* _Exercise brief_: Search the data for the word "more" and copy every line where it occurs.

* _Input material_:
□ □ □

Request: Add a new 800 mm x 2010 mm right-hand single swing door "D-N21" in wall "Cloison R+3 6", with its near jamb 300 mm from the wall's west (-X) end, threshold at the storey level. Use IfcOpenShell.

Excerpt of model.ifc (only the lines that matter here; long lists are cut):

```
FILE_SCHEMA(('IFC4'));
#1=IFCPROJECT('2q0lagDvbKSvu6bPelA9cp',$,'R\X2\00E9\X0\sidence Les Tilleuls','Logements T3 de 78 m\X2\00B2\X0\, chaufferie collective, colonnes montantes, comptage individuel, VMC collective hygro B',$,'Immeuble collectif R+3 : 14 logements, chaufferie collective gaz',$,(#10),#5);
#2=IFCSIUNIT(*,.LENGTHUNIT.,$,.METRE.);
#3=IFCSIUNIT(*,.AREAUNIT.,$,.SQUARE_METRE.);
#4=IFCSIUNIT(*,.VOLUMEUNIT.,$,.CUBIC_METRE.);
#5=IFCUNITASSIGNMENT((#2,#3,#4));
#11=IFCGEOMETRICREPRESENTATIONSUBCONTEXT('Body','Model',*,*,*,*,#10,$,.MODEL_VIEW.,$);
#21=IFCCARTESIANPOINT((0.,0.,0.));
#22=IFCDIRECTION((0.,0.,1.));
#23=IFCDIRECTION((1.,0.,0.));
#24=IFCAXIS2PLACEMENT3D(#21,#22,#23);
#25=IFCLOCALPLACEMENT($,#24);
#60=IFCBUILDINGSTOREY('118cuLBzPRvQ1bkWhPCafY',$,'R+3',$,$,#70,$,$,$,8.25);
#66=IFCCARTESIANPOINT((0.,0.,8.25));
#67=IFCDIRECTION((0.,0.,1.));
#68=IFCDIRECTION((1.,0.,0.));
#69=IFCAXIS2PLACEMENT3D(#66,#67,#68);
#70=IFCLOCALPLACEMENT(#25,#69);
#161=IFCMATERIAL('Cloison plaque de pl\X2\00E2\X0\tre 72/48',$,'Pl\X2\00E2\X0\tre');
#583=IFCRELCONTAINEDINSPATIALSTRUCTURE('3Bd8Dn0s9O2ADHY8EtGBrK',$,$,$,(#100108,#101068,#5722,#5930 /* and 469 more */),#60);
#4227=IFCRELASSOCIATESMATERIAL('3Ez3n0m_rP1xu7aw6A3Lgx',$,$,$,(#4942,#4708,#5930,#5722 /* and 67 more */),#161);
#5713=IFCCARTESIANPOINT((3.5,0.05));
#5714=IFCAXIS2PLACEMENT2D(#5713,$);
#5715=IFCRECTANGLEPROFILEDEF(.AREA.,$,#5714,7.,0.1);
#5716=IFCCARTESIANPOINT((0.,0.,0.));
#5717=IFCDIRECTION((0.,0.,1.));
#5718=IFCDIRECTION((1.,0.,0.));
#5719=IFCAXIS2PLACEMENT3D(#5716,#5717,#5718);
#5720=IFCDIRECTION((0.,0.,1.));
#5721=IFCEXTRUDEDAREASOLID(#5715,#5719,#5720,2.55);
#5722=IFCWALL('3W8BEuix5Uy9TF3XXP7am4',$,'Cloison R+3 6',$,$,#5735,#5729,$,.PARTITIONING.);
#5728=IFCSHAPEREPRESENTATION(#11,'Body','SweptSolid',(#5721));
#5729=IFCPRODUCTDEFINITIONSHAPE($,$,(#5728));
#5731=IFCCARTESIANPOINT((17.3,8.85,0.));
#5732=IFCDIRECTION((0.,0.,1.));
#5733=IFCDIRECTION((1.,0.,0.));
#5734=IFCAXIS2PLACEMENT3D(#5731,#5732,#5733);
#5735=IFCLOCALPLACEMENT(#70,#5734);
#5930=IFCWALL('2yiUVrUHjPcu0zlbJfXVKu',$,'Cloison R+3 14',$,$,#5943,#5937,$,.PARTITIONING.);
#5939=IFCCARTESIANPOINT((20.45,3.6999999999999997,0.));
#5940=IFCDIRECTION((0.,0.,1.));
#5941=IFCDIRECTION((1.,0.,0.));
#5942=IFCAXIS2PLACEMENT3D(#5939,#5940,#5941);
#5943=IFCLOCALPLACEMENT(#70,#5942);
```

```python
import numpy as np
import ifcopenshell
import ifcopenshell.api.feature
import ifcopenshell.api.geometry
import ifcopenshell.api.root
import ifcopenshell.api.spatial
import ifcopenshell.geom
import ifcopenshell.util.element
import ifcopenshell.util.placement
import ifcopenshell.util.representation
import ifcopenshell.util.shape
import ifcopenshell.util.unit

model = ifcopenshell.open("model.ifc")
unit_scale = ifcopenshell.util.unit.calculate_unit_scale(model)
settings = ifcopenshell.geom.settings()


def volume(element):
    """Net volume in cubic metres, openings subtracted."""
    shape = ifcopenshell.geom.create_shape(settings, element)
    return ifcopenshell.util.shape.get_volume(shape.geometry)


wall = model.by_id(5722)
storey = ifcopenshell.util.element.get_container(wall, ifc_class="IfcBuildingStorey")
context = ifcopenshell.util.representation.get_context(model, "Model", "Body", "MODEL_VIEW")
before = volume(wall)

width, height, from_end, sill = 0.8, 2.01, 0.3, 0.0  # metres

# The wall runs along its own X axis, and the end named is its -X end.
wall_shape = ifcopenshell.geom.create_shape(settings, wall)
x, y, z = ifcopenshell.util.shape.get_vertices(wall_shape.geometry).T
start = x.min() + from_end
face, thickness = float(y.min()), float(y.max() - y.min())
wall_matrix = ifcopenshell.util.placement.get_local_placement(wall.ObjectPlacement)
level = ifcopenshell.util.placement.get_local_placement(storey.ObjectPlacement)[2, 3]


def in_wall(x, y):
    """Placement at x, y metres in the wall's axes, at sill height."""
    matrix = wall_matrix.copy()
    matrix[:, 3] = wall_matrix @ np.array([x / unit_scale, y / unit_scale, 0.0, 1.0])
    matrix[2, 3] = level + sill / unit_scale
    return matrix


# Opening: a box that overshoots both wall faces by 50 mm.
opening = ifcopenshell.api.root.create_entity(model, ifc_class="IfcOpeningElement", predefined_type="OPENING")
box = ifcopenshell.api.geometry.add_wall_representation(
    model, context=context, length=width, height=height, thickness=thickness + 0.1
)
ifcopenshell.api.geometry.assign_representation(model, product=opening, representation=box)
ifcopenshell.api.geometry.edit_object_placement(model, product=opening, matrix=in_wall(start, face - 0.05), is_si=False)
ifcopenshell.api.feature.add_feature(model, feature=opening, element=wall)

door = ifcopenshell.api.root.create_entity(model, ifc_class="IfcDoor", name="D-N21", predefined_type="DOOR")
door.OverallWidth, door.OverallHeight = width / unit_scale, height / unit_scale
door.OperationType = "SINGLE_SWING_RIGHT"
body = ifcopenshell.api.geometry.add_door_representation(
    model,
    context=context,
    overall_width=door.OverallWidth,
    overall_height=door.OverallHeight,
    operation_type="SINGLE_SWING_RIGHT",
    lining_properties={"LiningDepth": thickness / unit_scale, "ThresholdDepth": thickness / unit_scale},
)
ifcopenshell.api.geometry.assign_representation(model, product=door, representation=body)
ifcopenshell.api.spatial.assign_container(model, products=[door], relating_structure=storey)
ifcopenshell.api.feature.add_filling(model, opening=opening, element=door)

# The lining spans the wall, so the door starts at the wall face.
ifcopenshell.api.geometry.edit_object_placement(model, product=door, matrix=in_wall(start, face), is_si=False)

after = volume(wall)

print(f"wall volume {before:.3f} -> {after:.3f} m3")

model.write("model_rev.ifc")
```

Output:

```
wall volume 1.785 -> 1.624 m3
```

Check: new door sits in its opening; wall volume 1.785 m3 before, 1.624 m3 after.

□ □ □

* _Problem solution_:
#583=IFCRELCONTAINEDINSPATIALSTRUCTURE('3Bd8Dn0s9O2ADHY8EtGBrK',$,$,$,(#100108,#101068,#5722,#5930 /* and 469 more */),#60);
#4227=IFCRELASSOCIATESMATERIAL('3Ez3n0m_rP1xu7aw6A3Lgx',$,$,$,(#4942,#4708,#5930,#5722 /* and 67 more */),#161);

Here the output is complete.